I attempted a similar summoning of the master last Halloween, but the only notes I received were one from Houdini, which I found locked in my gun safe, and a scribbled message from someone named Michael Myers (don't know what kind of music he composed) oddly tucked inside a box of Star Trek memorabilia I've had since … well, since my Trekkie days. Alas.

Hopefully this Halloween I'll get some response from Beethoven, hopefully a tune on the piano. Those are notes I would cherish.

I sure wish I had some of Beethoven's hair. Anyone know if any is coming up (cheap) at an auction soon?

Anyone know who Michael Myers is?

Anyone collect signed greetings from the magician Houdini? (Got one for sale, in case you're wondering.)


----------



## Phil loves classical (Feb 8, 2017)

Beethoven was right when he said "There is only one Beethoven".


----------



## SONNET CLV (May 31, 2014)

Phil loves classical said:


> Beethoven was right when he said "There is only one Beethoven".

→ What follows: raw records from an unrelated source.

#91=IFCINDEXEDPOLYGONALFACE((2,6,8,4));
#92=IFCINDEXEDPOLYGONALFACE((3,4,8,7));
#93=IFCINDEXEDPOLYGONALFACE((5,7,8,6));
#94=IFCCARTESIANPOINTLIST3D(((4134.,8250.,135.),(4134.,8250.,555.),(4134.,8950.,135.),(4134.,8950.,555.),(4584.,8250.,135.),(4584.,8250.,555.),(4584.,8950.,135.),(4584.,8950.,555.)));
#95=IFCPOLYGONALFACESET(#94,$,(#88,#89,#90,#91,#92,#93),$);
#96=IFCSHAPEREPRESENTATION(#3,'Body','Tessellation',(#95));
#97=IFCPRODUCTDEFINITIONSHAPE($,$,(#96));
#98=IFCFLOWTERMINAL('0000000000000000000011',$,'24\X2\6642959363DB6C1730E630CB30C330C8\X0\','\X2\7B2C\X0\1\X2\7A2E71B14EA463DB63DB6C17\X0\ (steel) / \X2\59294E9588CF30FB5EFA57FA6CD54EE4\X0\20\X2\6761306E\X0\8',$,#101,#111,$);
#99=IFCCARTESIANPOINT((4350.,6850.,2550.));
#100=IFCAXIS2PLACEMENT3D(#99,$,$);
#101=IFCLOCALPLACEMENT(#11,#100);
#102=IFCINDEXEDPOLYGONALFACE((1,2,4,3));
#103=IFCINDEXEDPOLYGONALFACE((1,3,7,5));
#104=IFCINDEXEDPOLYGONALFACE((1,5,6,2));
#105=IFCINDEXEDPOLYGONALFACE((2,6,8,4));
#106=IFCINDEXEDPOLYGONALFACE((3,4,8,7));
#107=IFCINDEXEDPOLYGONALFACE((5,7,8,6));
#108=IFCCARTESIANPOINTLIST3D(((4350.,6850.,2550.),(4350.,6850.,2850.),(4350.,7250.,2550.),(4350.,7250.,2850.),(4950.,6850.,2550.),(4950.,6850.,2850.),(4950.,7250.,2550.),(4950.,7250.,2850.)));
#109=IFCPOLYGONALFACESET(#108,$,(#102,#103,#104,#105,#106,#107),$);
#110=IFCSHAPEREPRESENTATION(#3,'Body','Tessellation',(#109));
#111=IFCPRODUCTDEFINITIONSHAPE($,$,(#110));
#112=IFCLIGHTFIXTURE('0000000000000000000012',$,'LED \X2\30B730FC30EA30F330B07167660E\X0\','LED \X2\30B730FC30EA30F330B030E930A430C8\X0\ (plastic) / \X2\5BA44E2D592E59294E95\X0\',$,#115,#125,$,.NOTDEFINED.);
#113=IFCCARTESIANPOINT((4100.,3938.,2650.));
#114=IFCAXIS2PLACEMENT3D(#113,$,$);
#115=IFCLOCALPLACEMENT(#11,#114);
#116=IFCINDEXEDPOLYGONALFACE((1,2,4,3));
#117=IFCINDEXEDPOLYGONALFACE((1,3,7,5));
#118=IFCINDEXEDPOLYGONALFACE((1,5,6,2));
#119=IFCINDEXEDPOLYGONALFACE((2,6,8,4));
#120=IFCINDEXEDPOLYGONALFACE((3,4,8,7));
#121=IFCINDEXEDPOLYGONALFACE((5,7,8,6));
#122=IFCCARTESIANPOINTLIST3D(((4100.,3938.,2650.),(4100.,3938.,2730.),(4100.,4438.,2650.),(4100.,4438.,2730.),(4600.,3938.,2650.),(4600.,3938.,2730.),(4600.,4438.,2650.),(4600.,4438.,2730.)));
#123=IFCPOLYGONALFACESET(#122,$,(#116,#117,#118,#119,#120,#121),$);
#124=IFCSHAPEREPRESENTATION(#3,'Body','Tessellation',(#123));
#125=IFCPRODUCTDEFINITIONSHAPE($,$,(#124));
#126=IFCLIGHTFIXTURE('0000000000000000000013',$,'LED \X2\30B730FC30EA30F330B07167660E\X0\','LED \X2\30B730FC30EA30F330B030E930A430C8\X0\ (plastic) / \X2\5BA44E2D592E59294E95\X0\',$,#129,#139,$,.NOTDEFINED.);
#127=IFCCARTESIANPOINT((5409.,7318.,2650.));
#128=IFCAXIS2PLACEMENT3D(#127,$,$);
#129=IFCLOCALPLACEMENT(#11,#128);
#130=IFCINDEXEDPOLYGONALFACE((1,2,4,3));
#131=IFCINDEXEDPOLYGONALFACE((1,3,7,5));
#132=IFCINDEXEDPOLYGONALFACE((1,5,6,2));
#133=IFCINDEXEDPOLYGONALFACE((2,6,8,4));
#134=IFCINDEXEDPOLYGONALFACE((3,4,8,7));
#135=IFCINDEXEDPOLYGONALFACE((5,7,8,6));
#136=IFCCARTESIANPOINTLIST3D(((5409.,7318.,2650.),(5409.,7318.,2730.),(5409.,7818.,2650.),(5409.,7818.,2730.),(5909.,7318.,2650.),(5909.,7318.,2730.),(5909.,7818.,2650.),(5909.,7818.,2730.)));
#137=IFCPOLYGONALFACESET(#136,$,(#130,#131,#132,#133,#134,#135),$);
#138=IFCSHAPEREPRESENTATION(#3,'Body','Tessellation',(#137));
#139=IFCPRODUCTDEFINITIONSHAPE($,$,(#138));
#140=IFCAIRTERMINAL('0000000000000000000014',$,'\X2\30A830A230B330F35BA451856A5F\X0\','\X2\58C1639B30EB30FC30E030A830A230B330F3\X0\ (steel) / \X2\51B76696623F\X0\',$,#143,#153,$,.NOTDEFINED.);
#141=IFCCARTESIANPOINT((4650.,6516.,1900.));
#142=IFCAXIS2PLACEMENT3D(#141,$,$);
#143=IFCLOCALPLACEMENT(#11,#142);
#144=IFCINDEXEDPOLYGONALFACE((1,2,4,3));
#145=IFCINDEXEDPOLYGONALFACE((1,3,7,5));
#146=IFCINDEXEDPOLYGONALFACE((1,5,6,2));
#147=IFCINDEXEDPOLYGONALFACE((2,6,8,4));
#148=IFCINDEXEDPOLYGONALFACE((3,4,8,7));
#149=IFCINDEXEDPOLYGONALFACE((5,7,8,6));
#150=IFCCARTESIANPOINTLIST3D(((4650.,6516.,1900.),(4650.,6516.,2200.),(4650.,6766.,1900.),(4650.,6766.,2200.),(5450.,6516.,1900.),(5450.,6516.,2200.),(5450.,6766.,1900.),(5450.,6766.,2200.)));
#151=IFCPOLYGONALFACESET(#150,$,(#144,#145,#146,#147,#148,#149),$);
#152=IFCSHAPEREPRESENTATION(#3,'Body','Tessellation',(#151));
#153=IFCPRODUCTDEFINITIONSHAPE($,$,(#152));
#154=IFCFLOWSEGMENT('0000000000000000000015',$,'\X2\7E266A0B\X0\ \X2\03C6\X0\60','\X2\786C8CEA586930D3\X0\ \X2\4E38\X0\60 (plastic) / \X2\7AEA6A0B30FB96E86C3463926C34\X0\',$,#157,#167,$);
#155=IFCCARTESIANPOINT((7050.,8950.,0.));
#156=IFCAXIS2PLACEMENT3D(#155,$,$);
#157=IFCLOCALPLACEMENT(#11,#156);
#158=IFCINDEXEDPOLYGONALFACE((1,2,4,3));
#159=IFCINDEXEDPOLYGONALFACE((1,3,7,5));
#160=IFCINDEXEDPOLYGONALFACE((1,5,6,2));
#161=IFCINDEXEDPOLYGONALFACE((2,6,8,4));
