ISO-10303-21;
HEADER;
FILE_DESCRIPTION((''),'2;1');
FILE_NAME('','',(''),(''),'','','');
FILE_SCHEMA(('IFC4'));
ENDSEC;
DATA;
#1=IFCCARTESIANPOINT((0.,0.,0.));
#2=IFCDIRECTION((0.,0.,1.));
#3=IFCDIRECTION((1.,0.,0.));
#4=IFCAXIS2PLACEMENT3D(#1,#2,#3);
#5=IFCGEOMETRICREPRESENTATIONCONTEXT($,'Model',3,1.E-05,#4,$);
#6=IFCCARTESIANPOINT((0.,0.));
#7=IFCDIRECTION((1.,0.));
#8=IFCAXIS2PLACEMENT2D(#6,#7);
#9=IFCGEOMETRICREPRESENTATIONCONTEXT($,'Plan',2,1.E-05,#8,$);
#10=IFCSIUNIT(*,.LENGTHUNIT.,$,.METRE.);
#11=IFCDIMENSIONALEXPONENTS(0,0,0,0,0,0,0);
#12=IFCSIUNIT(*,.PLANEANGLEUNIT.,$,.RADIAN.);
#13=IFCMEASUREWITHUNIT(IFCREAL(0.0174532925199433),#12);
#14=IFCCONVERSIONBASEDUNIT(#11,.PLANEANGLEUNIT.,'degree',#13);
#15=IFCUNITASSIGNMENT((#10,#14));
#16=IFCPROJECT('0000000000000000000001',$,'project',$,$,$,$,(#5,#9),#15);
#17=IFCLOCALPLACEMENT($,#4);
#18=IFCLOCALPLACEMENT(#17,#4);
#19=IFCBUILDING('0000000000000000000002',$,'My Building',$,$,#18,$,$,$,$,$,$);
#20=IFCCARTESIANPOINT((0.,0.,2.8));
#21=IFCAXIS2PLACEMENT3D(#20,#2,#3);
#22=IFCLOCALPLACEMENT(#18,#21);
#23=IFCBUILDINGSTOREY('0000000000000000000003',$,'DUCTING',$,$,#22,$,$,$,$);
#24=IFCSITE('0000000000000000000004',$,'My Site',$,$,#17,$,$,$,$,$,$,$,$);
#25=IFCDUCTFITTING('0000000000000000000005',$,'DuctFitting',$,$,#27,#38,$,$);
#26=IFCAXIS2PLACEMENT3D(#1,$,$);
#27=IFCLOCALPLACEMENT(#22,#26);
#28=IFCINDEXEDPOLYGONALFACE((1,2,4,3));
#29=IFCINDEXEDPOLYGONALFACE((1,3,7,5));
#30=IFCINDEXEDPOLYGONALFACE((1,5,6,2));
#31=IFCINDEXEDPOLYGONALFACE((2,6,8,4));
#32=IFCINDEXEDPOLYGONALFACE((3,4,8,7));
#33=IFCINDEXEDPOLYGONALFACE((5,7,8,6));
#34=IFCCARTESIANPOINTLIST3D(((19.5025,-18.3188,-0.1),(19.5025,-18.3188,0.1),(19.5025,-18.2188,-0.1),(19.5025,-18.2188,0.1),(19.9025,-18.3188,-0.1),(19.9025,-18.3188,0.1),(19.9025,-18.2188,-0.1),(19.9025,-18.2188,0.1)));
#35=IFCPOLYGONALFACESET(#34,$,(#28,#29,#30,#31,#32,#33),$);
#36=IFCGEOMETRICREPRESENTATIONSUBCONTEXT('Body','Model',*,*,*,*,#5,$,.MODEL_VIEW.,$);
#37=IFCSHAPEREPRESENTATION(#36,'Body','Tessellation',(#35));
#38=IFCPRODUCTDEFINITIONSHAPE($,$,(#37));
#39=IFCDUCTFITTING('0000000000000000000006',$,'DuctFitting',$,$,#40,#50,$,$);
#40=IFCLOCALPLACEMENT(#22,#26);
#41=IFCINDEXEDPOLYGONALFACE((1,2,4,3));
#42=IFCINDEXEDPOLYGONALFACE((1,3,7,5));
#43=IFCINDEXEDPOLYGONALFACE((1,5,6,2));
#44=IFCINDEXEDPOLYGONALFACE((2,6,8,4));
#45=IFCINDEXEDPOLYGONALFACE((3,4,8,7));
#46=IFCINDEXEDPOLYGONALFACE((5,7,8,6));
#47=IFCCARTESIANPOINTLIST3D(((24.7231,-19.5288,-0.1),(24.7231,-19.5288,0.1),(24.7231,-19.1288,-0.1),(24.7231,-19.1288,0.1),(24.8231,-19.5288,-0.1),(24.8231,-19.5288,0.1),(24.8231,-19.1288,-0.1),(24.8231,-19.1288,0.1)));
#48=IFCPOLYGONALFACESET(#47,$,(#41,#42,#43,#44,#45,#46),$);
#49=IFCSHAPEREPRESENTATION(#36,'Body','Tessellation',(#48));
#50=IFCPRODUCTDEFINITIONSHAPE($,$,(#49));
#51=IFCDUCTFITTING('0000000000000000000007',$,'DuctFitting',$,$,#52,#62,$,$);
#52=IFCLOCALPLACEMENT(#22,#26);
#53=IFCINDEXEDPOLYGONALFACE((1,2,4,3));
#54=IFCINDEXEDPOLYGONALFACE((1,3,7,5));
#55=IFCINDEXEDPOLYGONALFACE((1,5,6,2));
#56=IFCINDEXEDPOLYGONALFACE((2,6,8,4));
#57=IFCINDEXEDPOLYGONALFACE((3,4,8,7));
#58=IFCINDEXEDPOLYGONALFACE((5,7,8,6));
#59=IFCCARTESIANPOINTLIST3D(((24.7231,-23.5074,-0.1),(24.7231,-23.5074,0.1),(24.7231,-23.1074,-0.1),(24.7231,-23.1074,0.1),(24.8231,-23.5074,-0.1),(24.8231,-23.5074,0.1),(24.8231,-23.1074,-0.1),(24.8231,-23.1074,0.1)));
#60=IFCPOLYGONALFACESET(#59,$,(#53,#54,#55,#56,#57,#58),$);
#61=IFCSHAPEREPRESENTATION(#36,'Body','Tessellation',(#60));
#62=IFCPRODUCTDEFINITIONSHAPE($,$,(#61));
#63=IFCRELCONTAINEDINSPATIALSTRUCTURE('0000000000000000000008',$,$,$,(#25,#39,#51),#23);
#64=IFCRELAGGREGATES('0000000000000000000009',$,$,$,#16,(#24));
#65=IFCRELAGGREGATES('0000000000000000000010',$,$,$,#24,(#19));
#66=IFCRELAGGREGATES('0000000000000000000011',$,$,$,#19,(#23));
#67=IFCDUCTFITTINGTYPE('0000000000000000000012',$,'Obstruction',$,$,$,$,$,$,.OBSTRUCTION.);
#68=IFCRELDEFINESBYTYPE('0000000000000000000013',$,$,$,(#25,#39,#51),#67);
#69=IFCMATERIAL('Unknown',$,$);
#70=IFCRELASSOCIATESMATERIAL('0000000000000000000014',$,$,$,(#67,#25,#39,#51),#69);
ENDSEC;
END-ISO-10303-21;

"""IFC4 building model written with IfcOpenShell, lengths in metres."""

from ifc_helpers import new_model, entity, si_unit, converted_unit, frame, origin_with_axes, origin_2d_with_axis, place, context, subcontext, project, spatial, rectangle, extrude, material, material_profile, profile_set, profile_usage, type_object, element, save


model = new_model("IFC4")

# Units and contexts
model_context = context("Model", 3, precision=1e-05, world=origin_with_axes())
plan_context = context("Plan", 2, precision=1e-05, world=origin_2d_with_axis())
body_context = subcontext(model_context, "Body", "Model", "MODEL_VIEW")
ifc_project = project(units=[si_unit("LENGTHUNIT", "METRE"), converted_unit("PLANEANGLEUNIT", "degree", entity("IfcReal", 0.0174532925199433), si_unit("PLANEANGLEUNIT", "RADIAN"), dimensions=[0, 0, 0, 0, 0, 0, 0])], contexts=[model_context, plan_context])

# Site, building, storey
site_placement = place(None, origin_with_axes())
site = spatial("IfcSite", under=ifc_project, at=site_placement, Name="My Site")
building_placement = place(site_placement, origin_with_axes())
building = spatial("IfcBuilding", under=site, at=building_placement, Name="My Building")
storey_placement = place(building_placement, frame((0.0, 0.0, 2.8), z_axis=(0.0, 0.0, 1.0), x_axis=(1.0, 0.0, 0.0)))
storey = spatial("IfcBuildingStorey", under=building, at=storey_placement, Name="DUCTING")

# Shared definitions
ifc_material = material(Name="Unknown")

# Duct fittings
ifc_material_profile_1 = material_profile(ifc_material, rectangle(XDim=0.4, YDim=0.2))
ifc_profile_set_1 = profile_set([ifc_material_profile_1])
duct_fitting_type_1 = type_object("IfcDuctFittingType", Name="Obstruction", PredefinedType="OBSTRUCTION", material=ifc_profile_set_1)
ifc_profile_usage_1 = profile_usage(ifc_profile_set_1, cardinal=5)
duct_fitting_1_placement = place(storey_placement, frame((19.7025, -18.2188, 0.0), z_axis=(0.0, -1.0, 0.0), x_axis=(1.0, 0.0, 0.0)))
element("IfcDuctFitting", 1, at=duct_fitting_1_placement, inside=storey, type_object=duct_fitting_type_1, material=ifc_profile_usage_1, Name="DuctFitting", context=body_context, shape_type="SweptSolid", body=[
    extrude(rectangle(XDim=0.4, YDim=0.2), origin_with_axes(), (0.0, 0.0, 1.0), 0.1),
])
ifc_profile_usage_2 = profile_usage(ifc_profile_set_1, cardinal=5)
duct_fitting_2_placement = place(storey_placement, frame((24.7231, -19.3288, 0.0), z_axis=(1.0, 0.0, 0.0), x_axis=(0.0, 1.0, 0.0)))
element("IfcDuctFitting", 2, at=duct_fitting_2_placement, inside=storey, type_object=duct_fitting_type_1, material=ifc_profile_usage_2, Name="DuctFitting", context=body_context, shape_type="SweptSolid", body=[
    extrude(rectangle(XDim=0.4, YDim=0.2), origin_with_axes(), (0.0, 0.0, 1.0), 0.1),
])
ifc_profile_usage_3 = profile_usage(ifc_profile_set_1, cardinal=5)
duct_fitting_3_placement = place(storey_placement, frame((24.7231, -23.3074, 0.0), z_axis=(1.0, 0.0, 0.0), x_axis=(0.0, 1.0, 0.0)))
element("IfcDuctFitting", 3, at=duct_fitting_3_placement, inside=storey, type_object=duct_fitting_type_1, material=ifc_profile_usage_3, Name="DuctFitting", context=body_context, shape_type="SweptSolid", body=[
    extrude(rectangle(XDim=0.4, YDim=0.2), origin_with_axes(), (0.0, 0.0, 1.0), 0.1),
])

save(model, "model.ifc")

I suspect he never saw that dog movie.


----------



## EdwardBast (Nov 25, 2013)

I didn't compose this specifically for the big birthday, it's just a style study I finished at the end of last year. But when I wrote it I did have Beethoven's style in mind - sort of. My parameters were to compose a short classical piano sonata that doesn't go beyond the vocabulary of Beethoven. The length is closer to that of a CPE Bach sonata. The vocabulary starts out sort of early Beethoven and moves "later" as it goes, although this wasn't part of any plan. It just happened that way.

So, this isn't exactly what you asked for, but by the look of it so far, it might be the only response you get. 

It's in three movements with a total length of just under ten minutes:


__
https://soundcloud.com/gwyon%2Fsets


----------



## Phil loves classical (Feb 8, 2017)

EdwardBast said:


> I didn't compose this specifically for the big birthday, it's just a style study I finished at the end of last year. But when I wrote it I did have Beethoven's style in mind - sort of. My parameters were to compose a short classical piano sonata that doesn't go beyond the vocabulary of Beethoven. The length is closer to that of a CPE Bach sonata. The vocabulary starts out sort of early Beethoven and moves "later" as it goes, although this wasn't part of any plan. It just happened that way.
> 
> So, this isn't exactly what you asked for, but by the look of it so far, it might be the only response you get.
> 
> ...


Nice job. I liked the 3rd movement the most with its syncopated rhythms, and the left hand parts of the 1st movement around 1:30. My ear has an issue with a few of your harmonizations or counterpoint with the left hand here and there, including with the alberti bass at the beginning. It's hard to pinpoint exactly where with the speed.


----------



## EdwardBast (Nov 25, 2013)

Phil loves classical said:


> Nice job. I liked the 3rd movement the most with its syncopated rhythms, and the left hand parts of the 1st movement around 1:30. My ear has an issue with a few of your harmonizations or counterpoint with the left hand here and there, including with the alberti bass at the beginning. It's hard to pinpoint exactly where with the speed.


I actually began the first movement in response to a query in the theory forum. Someone had asked about how to go about the standard modulation in a sonata exposition. I thought about explaining it. Then I wondered: Have I ever really written something like this in the Classical style? So I decided to do it before talking about it. That's probably why the first movement starts out more "generic" than the rest. Never did get around to responding to the thread.


----------



## hammeredklavier (Feb 18, 2018)

EdwardBast said:


> __
> https://soundcloud.com/gwyon%2Fsets


This is actually good. I like your neoclassicism better than Richard Kastle's neoromanticism, Mr. EdwardBast :lol:


----------